This product was widely announced in previous VMworld and arrived after a long beta program with and unprecedented customer interest and validation: 12,000+ Virtual SAN Beta Participants represent an interesting number (also considering some prizes and contents during the beta period).

But the first message that come from the different announces is that this products will not override or suppress the storage ecosystem: will be just another option in the possible storage at the virtual data plane (note also the interesting Object Storage pool, that probably will mean something interesting in the next vSphere version):

VSAN-Storage

It’s something revolution, evolution or it’s simple reinventing the wheel? Let’s analyze the diffent pillars of this product:

  • Runs on any standard x86 server: nothing really new, most storage already runs on commodity hardware, but here it’s interesting that you can choose your system (according with the HCL)
  • Scale out and scale in: interesting that could work in both directions, but not unique and for sure not new
  • Built-in resiliency: at least is the minimum feature of an enterprise storage
  • Policy-based management framework: basically each Software Defined Storage (SDS) could implement something similar at the control plane
  • High performance hybrid flash architecture: lot of storage are using an hybrid approach (but of course not all approaches are the same)
  • Embedded in vSphere kernel: this is really unique and rappresent a revolution: no more VM to implement the storage or no more storage appliance… a really convergent solution at the virtualization layer

So this product has some interesting features, some unique aspects, but mainly has a deep integration with VMware stack and compatibile with their technologies and products (and it’s really simple to activate, like enable the HA in a cluster). Will replace and suppress the storage ecosystem? It’s not his scope, but could change a lot the rules and move more to the SDS, scale-out and converged architecture.
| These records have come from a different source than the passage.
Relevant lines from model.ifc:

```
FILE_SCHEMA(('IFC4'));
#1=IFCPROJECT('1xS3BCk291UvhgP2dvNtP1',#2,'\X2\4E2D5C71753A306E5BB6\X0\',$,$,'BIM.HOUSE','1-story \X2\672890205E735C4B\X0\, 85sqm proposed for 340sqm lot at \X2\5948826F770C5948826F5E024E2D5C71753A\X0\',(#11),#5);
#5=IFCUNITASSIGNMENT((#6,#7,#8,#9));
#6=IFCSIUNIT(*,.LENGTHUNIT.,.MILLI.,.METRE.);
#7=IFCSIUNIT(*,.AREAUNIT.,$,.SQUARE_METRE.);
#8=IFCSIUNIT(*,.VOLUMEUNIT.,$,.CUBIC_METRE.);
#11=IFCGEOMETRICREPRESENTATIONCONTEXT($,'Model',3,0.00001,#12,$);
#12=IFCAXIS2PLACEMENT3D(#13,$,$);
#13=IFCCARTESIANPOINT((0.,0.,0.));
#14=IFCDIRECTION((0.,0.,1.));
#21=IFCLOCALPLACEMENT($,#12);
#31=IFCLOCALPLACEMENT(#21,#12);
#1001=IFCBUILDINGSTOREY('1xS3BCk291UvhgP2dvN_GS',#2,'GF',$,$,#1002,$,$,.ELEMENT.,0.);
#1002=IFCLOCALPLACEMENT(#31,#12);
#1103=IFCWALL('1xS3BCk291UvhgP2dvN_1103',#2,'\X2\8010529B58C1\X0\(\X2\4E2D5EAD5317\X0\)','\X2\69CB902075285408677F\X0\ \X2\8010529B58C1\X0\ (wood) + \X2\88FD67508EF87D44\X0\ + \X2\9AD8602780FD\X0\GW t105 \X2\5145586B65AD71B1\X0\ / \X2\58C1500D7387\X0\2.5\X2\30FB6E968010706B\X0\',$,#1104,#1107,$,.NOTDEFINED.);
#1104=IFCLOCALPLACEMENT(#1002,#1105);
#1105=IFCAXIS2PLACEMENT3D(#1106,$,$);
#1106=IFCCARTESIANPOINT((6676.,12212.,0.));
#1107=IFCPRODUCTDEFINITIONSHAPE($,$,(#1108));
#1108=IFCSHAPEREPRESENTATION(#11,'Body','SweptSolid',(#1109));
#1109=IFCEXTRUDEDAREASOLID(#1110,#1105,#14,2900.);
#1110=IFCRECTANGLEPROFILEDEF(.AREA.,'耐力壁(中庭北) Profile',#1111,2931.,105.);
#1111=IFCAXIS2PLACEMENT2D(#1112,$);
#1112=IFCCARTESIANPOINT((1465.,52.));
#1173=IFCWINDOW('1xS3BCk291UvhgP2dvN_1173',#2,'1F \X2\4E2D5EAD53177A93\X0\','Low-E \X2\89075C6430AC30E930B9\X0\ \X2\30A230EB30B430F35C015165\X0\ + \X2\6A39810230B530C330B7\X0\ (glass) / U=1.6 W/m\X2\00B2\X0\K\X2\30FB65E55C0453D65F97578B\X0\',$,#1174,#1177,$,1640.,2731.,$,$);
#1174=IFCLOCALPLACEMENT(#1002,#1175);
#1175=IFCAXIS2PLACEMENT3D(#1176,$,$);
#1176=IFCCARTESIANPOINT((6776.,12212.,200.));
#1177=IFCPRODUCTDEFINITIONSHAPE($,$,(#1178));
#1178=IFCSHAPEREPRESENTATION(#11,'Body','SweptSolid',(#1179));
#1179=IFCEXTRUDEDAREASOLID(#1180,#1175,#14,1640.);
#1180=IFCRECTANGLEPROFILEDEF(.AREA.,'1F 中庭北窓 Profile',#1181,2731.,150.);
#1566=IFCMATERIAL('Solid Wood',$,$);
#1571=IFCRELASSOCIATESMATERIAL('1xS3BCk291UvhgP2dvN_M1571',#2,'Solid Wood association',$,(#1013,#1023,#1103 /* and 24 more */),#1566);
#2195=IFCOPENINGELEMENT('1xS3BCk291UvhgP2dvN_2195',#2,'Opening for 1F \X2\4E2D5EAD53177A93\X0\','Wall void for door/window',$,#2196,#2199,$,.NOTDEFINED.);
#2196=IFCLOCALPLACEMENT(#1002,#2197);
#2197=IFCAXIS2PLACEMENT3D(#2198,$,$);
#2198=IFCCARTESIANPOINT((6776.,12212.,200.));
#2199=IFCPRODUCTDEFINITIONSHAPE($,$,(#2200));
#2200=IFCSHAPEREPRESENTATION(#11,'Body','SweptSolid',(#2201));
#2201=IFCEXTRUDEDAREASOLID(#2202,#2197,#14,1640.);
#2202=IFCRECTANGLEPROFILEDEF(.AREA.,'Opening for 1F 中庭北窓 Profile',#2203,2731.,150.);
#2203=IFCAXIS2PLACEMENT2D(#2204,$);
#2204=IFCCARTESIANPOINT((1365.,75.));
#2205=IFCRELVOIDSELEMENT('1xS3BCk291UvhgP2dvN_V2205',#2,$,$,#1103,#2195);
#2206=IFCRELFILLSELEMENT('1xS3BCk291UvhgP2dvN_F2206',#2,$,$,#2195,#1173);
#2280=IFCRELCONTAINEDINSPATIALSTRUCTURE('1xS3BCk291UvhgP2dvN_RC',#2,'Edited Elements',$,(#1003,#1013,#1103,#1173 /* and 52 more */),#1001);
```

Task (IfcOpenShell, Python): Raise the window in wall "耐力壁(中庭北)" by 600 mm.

```python
import numpy as np
import ifcopenshell
import ifcopenshell.api.geometry
import ifcopenshell.util.placement
import ifcopenshell.util.unit

model = ifcopenshell.open("model.ifc")
unit_scale = ifcopenshell.util.unit.calculate_unit_scale(model)

window = model.by_id(1173)
opening = window.FillsVoids[0].RelatingOpeningElement
dz = 600.0

shift = np.array([0.0, 0.0, dz])
# The window is not placed relative to its opening, so move both.
for product in (opening, window):
    matrix = ifcopenshell.util.placement.get_local_placement(product.ObjectPlacement)
    matrix[:3, 3] += shift
    ifcopenshell.api.geometry.edit_object_placement(model, product=product, matrix=matrix, is_si=False)

print(f"moved by {dz * unit_scale:+.3f} m")

model.write("model_updated.ifc")
```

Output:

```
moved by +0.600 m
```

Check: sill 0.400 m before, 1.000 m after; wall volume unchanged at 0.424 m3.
We should also expect some systems realized by server vendor preconfigured for VSAN (basically systems with lot of disks) and this could be a great opportunity for vendors that maybe don’t have a storage solution, or have weak solutions.

And maximum numbers sounds really interesting (of course because you can reach those numbers, it does not really mean that you have to):

  • Maximum number of node: 32 (that actually is the maximum number of hosts in a vSphere cluster)
  • Maximum number of VMs: 3,200 (big number, but not necessary so big, in you consider, for example a VDI environment)
  • Maximum performance: 2M IOPS (only read operations)
  • Maximum capacity: 4.4 PetaByte

 VSAN-Maximum

Scaling of this solution seems to be almost linear with this simple logic:

  • Per magnetic disks – for capacity
  • Per flash based device – for performance
  • Per disk group – for performance and capacity
  • Per node – for compute capacity

Will be a solution for all? Actually not: the old VMware VSA will not disappear and will be useful for SMB (covering 2 or 3 nodes). The new VSAN will need at least 3 nodes (with vSphere 5.5 U1 or later) and considering the price (price is per CPU, like vSphere ESXi) will be positioned in the medium-large market share. But there is also a proposed license for VDI with a cost per user that could become quite interesting. And of course there are some promo and discount in this initial phase.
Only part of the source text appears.